(Given data begins)
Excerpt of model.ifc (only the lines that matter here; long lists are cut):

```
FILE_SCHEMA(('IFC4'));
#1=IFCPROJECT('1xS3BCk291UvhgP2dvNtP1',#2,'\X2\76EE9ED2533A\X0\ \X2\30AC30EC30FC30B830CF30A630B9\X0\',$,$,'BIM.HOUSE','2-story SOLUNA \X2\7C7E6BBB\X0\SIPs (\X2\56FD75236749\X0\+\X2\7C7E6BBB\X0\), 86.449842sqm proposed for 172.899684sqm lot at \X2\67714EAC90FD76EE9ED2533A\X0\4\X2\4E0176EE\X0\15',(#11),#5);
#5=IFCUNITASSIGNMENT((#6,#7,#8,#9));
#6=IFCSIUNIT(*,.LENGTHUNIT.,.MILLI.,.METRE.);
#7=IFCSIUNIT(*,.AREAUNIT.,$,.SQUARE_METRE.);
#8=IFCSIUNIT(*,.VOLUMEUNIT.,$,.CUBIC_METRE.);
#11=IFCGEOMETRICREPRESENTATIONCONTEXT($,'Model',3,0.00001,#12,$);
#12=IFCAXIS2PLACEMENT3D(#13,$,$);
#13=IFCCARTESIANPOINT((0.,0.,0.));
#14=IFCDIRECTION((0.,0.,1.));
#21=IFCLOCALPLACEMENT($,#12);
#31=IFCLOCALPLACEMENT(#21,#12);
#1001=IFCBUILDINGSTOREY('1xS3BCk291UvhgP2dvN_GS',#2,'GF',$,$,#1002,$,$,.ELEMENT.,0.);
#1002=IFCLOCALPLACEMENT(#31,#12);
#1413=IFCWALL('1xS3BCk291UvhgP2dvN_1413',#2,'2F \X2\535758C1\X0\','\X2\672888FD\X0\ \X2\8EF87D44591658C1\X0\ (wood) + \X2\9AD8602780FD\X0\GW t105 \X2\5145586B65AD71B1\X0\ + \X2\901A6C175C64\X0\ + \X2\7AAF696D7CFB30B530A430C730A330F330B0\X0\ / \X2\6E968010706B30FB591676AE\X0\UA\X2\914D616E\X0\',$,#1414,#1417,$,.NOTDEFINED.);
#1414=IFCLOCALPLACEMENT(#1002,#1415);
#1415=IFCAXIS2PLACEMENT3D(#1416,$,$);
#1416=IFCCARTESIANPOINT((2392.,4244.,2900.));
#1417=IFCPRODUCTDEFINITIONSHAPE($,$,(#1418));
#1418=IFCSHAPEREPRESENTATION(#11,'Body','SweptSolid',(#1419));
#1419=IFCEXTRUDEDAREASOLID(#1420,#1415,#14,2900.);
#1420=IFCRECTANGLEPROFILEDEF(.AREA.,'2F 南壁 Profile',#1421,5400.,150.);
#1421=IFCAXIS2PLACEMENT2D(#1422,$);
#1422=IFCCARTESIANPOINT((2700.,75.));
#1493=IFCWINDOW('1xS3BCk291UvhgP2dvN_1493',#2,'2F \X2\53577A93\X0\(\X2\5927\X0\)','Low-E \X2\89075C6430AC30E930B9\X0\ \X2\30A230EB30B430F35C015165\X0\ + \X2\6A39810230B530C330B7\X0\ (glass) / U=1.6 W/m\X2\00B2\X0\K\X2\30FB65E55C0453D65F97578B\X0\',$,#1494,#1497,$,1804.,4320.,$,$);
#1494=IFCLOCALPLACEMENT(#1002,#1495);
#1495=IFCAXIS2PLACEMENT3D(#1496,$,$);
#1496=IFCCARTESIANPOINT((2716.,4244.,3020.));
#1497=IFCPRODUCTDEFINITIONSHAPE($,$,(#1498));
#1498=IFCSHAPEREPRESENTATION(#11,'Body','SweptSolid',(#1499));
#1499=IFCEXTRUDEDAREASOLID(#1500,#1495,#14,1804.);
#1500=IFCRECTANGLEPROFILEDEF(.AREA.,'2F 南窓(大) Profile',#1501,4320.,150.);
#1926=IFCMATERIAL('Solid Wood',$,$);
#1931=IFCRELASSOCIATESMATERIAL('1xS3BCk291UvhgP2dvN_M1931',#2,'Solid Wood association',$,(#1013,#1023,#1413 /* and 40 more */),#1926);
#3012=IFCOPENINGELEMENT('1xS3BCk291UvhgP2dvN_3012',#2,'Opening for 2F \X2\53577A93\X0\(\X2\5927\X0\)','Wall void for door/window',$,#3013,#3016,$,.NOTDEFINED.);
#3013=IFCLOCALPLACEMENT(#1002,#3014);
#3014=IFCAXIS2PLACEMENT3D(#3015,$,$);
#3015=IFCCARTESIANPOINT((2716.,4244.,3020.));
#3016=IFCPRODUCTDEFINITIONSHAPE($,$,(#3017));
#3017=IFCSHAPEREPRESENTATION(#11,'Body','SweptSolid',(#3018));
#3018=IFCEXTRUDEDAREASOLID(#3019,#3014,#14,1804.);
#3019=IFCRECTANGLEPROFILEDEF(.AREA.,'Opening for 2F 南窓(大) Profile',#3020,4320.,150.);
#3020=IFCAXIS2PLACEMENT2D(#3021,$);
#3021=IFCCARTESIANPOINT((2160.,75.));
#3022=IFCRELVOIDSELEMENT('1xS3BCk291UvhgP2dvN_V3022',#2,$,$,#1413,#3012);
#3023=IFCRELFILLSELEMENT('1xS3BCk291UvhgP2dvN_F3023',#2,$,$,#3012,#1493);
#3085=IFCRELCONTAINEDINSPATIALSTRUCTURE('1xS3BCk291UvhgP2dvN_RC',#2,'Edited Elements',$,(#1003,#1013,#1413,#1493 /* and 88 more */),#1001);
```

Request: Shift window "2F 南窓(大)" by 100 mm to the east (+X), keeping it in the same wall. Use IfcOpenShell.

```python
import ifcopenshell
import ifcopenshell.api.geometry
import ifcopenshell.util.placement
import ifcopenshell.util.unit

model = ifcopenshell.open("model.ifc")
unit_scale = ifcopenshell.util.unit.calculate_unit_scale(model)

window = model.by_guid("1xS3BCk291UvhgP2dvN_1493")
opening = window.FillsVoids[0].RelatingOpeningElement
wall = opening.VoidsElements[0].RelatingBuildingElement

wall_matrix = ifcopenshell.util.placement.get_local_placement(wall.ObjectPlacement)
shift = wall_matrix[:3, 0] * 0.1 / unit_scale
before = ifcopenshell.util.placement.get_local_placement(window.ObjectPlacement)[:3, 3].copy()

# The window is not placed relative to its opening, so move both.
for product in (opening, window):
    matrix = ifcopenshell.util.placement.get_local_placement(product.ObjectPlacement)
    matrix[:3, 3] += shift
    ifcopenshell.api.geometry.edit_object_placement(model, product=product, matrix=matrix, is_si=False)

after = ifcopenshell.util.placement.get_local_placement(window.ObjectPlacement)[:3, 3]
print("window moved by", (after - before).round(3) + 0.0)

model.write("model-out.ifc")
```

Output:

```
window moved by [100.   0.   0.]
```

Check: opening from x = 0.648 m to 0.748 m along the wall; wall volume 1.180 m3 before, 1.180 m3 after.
(Given data ends)
_Your assignment_. Spot the lines above that mention "IFCRECTANGLEPROFILEDEF" and copy them.

_Exercise result_.
#1420=IFCRECTANGLEPROFILEDEF(.AREA.,'2F 南壁 Profile',#1421,5400.,150.);
#1500=IFCRECTANGLEPROFILEDEF(.AREA.,'2F 南窓(大) Profile',#1501,4320.,150.);
#3019=IFCRECTANGLEPROFILEDEF(.AREA.,'Opening for 2F 南窓(大) Profile',#3020,4320.,150.);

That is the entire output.